→ **Assigned task**: Copy each line of the listing below where the word "IFCPRODUCTDEFINITIONSHAPE" turns up.

<<<<

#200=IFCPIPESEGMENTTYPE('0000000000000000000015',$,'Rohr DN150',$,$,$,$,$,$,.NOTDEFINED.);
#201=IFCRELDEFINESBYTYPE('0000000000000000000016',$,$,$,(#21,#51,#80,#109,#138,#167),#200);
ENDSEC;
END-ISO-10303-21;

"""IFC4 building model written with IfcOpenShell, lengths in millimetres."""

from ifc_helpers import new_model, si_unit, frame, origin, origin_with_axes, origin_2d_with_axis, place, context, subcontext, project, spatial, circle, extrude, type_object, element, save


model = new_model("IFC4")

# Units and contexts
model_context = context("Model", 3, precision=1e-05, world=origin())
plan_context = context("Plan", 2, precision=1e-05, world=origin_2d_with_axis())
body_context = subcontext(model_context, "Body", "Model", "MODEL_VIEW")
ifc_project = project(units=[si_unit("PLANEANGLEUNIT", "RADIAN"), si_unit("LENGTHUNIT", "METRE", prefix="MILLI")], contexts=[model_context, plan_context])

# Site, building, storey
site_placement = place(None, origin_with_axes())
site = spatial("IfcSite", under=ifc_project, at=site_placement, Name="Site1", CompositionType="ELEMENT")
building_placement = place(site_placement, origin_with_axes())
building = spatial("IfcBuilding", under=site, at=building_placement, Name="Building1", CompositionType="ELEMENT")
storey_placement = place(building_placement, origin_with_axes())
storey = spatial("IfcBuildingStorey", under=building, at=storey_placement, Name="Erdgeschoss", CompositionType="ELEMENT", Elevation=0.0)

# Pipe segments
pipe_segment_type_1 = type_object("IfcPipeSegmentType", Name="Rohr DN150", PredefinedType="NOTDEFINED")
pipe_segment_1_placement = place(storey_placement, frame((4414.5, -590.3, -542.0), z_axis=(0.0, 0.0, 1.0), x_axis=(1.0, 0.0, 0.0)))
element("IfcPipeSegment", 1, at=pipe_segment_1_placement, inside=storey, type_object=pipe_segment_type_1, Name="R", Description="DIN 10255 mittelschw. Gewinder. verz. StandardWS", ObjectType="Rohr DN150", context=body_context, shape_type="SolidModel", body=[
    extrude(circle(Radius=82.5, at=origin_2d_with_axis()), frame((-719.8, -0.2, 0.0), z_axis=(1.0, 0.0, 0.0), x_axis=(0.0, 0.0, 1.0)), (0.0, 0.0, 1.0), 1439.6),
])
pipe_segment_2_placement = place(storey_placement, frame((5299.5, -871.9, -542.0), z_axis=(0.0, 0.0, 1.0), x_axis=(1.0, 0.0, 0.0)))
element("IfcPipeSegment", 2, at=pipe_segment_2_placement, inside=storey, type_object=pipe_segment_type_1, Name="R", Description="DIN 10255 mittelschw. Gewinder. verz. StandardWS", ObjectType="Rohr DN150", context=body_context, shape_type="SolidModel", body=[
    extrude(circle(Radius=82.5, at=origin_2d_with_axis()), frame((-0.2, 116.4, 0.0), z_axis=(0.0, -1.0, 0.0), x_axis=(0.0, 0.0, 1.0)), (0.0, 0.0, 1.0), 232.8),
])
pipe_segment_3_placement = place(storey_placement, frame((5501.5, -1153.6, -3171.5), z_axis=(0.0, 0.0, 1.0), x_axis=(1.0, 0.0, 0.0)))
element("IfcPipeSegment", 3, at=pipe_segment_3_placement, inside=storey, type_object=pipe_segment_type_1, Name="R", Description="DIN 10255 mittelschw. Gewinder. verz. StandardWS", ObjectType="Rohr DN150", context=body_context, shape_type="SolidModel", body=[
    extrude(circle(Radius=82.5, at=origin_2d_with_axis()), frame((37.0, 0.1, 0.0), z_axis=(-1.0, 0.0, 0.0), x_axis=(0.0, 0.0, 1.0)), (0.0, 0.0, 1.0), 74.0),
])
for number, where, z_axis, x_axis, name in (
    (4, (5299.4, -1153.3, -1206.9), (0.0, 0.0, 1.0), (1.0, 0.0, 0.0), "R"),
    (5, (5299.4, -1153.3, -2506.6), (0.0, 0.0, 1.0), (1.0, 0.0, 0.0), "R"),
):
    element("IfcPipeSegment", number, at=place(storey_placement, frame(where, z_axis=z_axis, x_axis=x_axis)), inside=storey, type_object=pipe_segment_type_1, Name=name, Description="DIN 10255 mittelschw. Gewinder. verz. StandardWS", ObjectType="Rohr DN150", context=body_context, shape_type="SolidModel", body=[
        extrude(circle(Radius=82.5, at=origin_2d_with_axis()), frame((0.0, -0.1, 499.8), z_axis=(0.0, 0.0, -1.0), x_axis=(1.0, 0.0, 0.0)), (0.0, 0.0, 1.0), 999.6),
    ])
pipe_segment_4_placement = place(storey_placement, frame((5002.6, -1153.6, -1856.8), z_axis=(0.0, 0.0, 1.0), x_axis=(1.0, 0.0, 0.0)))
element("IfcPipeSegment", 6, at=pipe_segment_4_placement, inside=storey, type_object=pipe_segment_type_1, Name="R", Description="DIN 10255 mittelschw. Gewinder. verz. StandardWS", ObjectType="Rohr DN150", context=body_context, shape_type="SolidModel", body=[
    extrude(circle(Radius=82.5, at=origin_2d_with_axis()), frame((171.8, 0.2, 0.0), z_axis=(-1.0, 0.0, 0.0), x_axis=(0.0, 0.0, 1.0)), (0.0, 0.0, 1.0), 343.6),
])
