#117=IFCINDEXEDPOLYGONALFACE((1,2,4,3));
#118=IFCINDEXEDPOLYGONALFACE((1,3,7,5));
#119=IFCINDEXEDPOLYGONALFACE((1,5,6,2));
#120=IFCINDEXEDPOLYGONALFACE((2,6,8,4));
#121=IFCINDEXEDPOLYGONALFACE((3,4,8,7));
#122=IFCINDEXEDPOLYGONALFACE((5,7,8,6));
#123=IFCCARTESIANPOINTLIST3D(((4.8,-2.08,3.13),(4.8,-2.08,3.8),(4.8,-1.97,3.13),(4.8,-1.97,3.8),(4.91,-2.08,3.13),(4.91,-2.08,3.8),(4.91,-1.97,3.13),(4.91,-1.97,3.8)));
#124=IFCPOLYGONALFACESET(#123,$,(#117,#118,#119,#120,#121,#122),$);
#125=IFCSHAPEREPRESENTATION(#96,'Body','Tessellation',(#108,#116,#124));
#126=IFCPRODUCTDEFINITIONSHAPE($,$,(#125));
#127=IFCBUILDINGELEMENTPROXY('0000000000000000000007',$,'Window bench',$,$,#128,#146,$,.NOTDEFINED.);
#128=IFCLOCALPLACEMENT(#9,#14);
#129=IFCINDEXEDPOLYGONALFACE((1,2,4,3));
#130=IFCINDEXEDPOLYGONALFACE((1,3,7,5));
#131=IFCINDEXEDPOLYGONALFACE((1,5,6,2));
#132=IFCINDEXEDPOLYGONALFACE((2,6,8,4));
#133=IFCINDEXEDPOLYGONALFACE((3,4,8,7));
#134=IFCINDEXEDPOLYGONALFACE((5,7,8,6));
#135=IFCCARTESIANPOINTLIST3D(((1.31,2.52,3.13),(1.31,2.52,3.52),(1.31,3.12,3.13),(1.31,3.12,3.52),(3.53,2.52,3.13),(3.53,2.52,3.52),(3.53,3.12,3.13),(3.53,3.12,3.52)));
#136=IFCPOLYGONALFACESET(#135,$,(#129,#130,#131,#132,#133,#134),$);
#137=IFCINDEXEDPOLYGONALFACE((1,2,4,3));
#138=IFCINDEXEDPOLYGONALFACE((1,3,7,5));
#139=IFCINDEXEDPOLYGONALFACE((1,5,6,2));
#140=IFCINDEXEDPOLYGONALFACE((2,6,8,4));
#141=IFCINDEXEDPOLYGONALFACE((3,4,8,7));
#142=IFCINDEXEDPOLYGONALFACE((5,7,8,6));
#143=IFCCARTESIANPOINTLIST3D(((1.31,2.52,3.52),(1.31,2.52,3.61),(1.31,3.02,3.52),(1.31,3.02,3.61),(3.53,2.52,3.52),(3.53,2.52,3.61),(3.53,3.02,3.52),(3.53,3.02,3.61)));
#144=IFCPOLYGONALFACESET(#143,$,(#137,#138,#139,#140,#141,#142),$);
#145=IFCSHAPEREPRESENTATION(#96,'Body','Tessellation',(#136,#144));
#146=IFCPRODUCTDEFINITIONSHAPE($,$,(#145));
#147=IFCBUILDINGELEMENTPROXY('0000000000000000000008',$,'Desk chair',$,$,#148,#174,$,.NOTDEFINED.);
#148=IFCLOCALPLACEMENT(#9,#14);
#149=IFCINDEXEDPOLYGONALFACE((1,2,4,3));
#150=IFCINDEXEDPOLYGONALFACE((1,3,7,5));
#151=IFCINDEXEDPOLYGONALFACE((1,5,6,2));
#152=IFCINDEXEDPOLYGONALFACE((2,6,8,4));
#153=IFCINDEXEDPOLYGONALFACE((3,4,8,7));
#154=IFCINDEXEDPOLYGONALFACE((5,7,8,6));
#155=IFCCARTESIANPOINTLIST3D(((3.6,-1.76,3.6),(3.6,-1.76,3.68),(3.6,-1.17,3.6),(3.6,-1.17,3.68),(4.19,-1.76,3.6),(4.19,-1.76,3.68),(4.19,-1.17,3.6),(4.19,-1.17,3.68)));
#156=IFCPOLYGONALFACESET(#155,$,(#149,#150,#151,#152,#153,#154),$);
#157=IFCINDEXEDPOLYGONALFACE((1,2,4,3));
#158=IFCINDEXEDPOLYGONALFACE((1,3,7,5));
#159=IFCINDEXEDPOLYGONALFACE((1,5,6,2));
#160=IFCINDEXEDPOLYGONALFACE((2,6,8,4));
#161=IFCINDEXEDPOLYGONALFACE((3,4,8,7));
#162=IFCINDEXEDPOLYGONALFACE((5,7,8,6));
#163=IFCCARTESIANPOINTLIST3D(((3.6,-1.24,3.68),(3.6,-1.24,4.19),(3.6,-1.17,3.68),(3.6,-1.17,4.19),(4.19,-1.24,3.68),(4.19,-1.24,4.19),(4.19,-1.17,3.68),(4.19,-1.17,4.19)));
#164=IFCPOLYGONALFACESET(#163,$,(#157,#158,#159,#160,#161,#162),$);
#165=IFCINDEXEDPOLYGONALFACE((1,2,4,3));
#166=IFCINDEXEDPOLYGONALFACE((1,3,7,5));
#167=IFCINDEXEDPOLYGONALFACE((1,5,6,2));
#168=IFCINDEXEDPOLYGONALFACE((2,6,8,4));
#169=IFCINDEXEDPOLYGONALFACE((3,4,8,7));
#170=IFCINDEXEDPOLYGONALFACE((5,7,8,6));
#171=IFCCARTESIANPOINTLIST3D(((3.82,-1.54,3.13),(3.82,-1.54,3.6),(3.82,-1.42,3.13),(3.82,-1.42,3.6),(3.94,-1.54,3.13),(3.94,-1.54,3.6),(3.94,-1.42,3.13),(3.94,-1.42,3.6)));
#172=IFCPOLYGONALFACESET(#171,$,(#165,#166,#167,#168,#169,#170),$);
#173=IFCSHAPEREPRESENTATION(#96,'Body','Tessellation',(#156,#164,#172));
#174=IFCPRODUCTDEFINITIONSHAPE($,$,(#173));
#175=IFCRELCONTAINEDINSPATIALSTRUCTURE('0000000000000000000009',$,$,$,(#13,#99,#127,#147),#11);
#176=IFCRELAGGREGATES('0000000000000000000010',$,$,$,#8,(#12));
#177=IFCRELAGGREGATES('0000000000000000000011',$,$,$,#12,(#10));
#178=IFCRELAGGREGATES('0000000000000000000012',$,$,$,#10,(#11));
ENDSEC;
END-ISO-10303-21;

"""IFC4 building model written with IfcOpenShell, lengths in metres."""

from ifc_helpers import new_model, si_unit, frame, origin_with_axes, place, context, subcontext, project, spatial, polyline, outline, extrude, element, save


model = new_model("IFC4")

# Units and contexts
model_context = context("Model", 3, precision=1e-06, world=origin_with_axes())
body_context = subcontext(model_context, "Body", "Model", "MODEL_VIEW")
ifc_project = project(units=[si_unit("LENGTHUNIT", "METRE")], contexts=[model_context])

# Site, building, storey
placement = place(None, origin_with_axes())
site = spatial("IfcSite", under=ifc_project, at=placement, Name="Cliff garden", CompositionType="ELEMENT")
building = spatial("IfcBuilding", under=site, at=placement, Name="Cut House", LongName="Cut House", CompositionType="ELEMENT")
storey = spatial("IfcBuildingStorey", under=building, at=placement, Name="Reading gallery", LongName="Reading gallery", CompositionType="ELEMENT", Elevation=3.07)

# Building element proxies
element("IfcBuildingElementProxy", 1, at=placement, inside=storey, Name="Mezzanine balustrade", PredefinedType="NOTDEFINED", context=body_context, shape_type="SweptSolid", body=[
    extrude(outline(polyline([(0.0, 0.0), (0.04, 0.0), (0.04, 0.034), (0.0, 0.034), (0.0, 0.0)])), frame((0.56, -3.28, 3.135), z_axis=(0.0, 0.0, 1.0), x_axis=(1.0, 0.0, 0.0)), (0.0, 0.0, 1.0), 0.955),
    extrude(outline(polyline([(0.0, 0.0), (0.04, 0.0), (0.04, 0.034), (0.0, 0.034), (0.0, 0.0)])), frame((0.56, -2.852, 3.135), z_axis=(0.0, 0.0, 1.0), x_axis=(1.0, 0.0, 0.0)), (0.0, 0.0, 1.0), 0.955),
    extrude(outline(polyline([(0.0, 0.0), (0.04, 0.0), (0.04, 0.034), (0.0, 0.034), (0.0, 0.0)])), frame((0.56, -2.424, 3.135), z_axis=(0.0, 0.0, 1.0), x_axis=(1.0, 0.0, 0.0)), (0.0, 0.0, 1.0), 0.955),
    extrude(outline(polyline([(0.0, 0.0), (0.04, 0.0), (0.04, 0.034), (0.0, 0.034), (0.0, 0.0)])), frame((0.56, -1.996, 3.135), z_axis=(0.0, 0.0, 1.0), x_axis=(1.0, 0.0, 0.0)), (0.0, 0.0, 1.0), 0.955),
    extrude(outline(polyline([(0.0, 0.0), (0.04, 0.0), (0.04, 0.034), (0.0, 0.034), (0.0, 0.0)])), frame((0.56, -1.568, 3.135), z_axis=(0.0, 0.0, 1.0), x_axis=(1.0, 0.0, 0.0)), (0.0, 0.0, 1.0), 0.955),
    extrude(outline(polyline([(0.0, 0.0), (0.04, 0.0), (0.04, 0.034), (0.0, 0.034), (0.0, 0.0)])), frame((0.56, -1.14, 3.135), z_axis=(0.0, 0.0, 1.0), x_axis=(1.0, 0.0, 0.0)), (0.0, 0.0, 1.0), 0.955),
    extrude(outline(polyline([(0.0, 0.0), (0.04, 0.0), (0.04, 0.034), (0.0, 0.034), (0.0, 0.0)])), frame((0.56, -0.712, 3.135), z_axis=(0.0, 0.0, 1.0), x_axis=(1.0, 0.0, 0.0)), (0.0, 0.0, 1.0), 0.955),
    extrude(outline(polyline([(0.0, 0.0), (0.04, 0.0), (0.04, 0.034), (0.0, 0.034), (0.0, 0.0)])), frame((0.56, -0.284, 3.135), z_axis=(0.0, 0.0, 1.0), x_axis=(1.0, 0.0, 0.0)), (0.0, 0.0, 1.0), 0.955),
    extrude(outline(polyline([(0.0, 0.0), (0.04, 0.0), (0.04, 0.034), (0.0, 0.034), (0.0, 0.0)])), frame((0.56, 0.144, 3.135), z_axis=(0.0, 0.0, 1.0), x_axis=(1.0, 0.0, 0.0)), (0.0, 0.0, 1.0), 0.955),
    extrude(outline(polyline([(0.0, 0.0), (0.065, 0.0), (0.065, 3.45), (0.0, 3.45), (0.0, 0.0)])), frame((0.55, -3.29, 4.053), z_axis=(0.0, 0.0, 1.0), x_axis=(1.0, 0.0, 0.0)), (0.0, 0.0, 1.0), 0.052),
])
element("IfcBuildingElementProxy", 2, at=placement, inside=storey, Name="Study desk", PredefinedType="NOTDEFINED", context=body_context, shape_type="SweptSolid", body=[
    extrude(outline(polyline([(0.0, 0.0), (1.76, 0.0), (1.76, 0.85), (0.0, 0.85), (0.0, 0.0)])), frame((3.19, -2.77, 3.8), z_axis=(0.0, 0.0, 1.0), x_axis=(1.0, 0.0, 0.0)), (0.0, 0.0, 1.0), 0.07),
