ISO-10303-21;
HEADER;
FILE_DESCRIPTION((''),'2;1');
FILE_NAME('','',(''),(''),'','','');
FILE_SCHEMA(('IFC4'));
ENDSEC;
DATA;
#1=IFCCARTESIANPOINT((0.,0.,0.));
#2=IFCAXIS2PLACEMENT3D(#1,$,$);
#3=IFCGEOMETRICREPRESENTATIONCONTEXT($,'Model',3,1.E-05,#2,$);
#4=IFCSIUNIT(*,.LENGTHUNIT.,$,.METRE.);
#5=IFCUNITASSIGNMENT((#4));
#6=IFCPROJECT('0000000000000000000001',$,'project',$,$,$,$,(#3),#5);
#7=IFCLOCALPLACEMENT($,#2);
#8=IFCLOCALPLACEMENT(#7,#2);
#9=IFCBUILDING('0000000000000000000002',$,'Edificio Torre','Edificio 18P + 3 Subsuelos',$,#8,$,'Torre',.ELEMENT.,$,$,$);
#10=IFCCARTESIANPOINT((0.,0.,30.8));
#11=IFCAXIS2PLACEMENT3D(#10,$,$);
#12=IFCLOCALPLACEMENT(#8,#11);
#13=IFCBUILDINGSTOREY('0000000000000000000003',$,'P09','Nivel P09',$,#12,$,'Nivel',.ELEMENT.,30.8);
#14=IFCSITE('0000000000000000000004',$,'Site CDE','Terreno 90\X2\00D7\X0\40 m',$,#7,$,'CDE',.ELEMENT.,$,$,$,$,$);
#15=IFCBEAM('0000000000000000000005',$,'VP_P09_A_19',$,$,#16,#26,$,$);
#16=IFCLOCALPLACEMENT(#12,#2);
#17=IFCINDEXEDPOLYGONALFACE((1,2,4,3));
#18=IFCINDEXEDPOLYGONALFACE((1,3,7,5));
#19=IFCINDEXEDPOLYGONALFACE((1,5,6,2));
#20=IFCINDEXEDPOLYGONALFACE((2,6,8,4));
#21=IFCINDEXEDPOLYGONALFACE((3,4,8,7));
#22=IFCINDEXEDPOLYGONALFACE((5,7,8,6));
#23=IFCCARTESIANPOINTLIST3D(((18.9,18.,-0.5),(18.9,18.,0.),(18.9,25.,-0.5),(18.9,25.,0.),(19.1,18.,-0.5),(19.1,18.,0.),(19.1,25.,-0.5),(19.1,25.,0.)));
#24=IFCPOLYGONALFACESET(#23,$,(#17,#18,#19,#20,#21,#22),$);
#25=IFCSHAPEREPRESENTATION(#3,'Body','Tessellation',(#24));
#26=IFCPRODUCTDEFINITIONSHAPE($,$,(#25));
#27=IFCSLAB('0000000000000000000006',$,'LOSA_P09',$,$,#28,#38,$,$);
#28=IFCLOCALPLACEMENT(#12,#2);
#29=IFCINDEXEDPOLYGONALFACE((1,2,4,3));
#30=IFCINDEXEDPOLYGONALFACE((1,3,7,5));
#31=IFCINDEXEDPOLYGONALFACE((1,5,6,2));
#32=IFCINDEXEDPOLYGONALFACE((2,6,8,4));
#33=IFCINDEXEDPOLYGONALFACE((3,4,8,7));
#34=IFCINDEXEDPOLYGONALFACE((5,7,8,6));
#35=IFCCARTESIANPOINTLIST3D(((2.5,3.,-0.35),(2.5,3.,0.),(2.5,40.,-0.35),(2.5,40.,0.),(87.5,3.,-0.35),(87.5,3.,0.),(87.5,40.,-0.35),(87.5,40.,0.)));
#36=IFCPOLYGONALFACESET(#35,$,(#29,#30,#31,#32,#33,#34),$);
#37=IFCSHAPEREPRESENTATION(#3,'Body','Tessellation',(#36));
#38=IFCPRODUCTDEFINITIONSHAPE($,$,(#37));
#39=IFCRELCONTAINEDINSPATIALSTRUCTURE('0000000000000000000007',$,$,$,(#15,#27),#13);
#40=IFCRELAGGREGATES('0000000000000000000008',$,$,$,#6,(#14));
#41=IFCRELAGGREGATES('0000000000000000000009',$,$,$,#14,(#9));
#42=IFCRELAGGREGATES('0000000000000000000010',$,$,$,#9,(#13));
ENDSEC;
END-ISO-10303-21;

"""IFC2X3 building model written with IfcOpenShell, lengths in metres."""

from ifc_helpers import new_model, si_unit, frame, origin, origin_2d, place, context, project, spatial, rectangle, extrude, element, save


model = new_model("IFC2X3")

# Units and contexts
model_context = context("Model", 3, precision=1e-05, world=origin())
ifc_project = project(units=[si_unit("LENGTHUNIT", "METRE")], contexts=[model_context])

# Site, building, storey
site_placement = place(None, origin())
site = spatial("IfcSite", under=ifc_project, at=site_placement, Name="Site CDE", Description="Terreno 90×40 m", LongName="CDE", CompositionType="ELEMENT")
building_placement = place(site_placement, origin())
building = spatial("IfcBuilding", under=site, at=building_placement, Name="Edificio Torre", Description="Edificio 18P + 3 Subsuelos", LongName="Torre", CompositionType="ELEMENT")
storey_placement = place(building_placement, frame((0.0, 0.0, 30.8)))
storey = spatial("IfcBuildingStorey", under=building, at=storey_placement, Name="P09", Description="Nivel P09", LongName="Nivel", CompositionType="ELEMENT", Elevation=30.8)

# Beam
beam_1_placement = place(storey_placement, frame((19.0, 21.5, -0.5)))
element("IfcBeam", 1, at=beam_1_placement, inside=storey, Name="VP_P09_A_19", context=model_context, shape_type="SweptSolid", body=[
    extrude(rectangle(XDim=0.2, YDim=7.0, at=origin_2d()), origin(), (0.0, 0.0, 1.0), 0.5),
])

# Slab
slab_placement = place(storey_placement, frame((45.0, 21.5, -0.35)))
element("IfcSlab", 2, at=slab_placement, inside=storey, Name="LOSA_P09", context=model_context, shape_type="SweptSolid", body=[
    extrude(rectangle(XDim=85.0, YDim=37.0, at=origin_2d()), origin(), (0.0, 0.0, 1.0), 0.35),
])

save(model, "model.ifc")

>>>>

→ **Response**:
#126=IFCPRODUCTDEFINITIONSHAPE($,$,(#125));
#146=IFCPRODUCTDEFINITIONSHAPE($,$,(#145));
#174=IFCPRODUCTDEFINITIONSHAPE($,$,(#173));
#26=IFCPRODUCTDEFINITIONSHAPE($,$,(#25));
#38=IFCPRODUCTDEFINITIONSHAPE($,$,(#37));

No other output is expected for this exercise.